Exercise
Below are the records; restate word for word the lines from the first through the one containing "#26=IFCINDEXEDPOLYGONALFACE((7,10,11,12,9,8));", and only those.

---------- Extracted entries ----------

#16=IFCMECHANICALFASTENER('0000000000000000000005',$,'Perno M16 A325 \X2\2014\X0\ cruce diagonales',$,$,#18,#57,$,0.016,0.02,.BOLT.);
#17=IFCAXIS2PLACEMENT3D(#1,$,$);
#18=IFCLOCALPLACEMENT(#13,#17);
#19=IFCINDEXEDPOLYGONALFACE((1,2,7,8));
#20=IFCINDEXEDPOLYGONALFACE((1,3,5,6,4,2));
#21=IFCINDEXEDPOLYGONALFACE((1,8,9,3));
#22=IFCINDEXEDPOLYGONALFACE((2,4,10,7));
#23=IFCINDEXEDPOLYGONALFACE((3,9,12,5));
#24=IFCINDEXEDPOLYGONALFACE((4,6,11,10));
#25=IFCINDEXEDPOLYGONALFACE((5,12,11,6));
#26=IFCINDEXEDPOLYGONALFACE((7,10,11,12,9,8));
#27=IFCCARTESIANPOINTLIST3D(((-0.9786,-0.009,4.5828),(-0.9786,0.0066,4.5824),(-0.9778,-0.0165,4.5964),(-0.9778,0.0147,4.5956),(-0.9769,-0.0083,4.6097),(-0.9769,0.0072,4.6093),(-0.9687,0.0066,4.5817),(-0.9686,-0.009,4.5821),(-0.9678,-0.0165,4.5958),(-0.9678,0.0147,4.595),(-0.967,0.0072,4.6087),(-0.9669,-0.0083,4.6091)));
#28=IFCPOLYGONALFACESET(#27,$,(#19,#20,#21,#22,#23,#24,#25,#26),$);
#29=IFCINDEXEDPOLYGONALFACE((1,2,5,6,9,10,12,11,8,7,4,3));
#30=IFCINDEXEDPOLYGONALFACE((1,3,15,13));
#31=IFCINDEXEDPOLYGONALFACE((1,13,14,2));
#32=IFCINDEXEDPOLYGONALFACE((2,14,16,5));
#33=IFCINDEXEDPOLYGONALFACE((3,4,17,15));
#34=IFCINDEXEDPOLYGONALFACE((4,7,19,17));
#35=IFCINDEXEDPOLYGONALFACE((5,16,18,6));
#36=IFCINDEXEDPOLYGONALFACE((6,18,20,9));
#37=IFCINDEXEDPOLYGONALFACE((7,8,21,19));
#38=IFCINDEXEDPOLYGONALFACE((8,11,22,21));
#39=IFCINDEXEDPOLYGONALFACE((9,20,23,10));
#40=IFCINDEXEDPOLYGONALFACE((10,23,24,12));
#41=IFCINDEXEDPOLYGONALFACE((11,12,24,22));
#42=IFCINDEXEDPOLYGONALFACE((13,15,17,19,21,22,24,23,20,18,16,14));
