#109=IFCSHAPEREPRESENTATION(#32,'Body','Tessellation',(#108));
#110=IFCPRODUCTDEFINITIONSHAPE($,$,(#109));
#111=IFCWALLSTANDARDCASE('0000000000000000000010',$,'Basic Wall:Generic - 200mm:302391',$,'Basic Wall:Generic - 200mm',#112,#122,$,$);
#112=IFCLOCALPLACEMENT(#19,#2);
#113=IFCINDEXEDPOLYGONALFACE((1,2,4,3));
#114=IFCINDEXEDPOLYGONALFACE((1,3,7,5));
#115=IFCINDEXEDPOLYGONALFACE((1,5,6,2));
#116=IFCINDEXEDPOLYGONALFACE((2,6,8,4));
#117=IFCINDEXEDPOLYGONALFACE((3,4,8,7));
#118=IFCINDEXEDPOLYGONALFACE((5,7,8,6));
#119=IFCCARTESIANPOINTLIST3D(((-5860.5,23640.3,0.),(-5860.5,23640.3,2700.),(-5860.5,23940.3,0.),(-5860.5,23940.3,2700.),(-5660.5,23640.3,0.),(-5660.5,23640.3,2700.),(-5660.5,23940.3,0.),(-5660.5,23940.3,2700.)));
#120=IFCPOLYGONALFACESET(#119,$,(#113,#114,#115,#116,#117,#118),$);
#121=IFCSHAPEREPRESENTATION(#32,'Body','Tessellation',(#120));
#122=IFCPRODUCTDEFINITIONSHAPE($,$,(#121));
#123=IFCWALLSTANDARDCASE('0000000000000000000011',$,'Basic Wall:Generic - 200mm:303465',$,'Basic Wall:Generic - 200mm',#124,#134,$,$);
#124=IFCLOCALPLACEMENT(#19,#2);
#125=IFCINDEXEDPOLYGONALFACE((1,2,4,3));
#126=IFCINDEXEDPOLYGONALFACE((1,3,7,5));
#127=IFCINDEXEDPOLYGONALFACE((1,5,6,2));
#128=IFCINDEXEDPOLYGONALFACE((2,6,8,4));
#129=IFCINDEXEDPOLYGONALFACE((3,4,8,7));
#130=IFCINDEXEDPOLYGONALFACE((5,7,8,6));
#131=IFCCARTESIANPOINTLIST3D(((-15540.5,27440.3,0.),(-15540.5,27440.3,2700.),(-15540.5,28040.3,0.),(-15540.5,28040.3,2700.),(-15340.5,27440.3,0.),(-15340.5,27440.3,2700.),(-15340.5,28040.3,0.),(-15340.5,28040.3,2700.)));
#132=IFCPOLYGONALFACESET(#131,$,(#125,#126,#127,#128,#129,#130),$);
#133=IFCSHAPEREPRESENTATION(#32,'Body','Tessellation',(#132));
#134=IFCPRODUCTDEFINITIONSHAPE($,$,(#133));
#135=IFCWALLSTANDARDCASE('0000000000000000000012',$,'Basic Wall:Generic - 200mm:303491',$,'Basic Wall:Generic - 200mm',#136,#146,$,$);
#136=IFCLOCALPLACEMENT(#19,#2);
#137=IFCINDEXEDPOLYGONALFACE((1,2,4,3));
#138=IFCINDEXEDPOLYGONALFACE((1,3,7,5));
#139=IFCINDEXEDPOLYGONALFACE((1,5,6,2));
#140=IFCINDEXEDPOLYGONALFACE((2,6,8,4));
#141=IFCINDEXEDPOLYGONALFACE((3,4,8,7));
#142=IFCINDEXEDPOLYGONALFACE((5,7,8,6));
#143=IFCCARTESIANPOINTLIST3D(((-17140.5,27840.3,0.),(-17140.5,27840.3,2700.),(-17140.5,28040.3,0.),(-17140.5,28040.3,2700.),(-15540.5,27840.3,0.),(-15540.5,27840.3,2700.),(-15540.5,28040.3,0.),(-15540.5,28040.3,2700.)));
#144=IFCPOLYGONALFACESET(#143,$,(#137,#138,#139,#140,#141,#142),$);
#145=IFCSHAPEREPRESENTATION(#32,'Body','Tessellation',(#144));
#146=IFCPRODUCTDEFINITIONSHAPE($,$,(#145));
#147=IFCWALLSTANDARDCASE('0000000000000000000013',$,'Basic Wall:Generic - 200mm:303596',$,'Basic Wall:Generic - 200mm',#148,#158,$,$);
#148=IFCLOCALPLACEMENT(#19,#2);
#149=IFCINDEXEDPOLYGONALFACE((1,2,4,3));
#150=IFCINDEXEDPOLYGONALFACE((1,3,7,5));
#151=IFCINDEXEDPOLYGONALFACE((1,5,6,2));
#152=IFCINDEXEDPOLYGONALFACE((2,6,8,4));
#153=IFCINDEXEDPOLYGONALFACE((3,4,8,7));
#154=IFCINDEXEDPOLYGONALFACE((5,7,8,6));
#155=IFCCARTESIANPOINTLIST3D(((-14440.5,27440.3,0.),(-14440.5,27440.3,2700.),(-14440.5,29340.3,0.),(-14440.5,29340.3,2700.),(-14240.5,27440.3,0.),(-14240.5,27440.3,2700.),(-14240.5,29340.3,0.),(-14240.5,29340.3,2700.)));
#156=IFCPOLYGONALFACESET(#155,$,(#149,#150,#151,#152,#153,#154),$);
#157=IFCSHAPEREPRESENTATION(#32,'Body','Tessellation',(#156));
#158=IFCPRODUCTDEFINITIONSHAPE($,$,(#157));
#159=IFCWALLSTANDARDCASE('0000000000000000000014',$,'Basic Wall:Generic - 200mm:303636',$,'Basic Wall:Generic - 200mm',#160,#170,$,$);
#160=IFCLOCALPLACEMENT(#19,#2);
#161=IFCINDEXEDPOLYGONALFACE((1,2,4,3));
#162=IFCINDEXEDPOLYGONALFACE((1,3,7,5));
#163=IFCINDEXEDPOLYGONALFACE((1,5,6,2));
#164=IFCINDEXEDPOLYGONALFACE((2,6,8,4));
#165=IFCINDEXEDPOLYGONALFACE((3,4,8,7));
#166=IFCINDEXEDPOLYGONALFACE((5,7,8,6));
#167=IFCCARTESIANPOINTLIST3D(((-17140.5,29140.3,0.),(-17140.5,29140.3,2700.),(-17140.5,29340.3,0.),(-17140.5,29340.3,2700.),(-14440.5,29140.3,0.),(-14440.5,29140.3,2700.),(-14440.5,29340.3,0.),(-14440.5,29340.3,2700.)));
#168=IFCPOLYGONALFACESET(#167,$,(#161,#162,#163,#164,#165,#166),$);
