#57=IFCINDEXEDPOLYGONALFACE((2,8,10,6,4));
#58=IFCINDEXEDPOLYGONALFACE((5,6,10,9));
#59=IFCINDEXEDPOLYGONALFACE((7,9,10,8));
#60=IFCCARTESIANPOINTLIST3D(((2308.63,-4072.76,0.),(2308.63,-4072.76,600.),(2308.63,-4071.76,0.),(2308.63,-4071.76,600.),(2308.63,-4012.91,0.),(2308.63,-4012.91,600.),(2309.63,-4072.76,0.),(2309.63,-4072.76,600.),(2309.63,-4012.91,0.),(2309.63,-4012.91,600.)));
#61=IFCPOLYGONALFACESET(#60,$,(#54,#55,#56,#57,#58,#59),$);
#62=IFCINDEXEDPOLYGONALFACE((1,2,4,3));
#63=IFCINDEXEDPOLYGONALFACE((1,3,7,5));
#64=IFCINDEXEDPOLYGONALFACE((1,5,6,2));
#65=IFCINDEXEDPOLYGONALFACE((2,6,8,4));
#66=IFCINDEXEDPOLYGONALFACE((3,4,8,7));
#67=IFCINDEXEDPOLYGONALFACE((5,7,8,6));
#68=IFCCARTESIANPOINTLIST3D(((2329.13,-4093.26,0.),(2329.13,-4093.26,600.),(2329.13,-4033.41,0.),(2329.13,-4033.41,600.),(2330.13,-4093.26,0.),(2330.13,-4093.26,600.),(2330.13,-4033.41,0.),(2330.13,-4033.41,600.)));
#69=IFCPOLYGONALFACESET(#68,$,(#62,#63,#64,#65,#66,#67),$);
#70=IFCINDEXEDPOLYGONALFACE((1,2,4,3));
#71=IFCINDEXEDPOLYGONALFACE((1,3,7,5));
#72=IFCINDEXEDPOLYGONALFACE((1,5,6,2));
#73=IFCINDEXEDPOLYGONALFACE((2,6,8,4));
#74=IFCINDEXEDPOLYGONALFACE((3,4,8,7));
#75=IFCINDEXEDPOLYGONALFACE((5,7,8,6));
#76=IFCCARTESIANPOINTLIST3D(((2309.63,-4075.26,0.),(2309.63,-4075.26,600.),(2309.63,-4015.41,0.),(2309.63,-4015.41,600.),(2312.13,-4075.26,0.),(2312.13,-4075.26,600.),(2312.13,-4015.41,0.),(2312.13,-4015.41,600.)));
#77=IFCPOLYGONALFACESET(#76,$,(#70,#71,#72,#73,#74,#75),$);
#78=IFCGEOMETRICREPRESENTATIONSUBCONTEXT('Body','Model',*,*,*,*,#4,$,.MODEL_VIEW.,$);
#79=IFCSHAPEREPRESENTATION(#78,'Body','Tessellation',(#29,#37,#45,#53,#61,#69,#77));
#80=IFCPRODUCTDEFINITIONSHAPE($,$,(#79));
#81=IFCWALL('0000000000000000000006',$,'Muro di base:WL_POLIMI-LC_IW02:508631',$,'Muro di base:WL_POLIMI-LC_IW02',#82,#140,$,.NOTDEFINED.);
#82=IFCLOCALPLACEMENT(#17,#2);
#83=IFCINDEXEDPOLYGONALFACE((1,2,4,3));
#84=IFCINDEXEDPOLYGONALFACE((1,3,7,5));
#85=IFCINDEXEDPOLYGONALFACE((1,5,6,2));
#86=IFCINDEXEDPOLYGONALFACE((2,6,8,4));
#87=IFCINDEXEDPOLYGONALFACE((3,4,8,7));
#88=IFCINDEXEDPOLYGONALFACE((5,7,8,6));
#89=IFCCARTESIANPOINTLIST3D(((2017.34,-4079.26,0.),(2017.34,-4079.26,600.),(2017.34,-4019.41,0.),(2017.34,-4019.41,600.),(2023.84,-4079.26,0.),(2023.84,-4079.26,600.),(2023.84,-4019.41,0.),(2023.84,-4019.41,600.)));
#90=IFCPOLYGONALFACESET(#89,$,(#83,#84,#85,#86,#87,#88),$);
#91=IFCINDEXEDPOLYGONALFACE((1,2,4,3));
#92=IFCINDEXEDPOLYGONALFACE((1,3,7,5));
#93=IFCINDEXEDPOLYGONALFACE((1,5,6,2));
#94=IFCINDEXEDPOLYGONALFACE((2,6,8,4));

----------

Response
#16=IFCMECHANICALFASTENER('0000000000000000000005',$,'Perno M16 A325 \X2\2014\X0\ cruce diagonales',$,$,#18,#57,$,0.016,0.02,.BOLT.);
#17=IFCAXIS2PLACEMENT3D(#1,$,$);
#18=IFCLOCALPLACEMENT(#13,#17);
#19=IFCINDEXEDPOLYGONALFACE((1,2,7,8));
#20=IFCINDEXEDPOLYGONALFACE((1,3,5,6,4,2));
#21=IFCINDEXEDPOLYGONALFACE((1,8,9,3));
#22=IFCINDEXEDPOLYGONALFACE((2,4,10,7));
#23=IFCINDEXEDPOLYGONALFACE((3,9,12,5));
#24=IFCINDEXEDPOLYGONALFACE((4,6,11,10));
#25=IFCINDEXEDPOLYGONALFACE((5,12,11,6));
#26=IFCINDEXEDPOLYGONALFACE((7,10,11,12,9,8));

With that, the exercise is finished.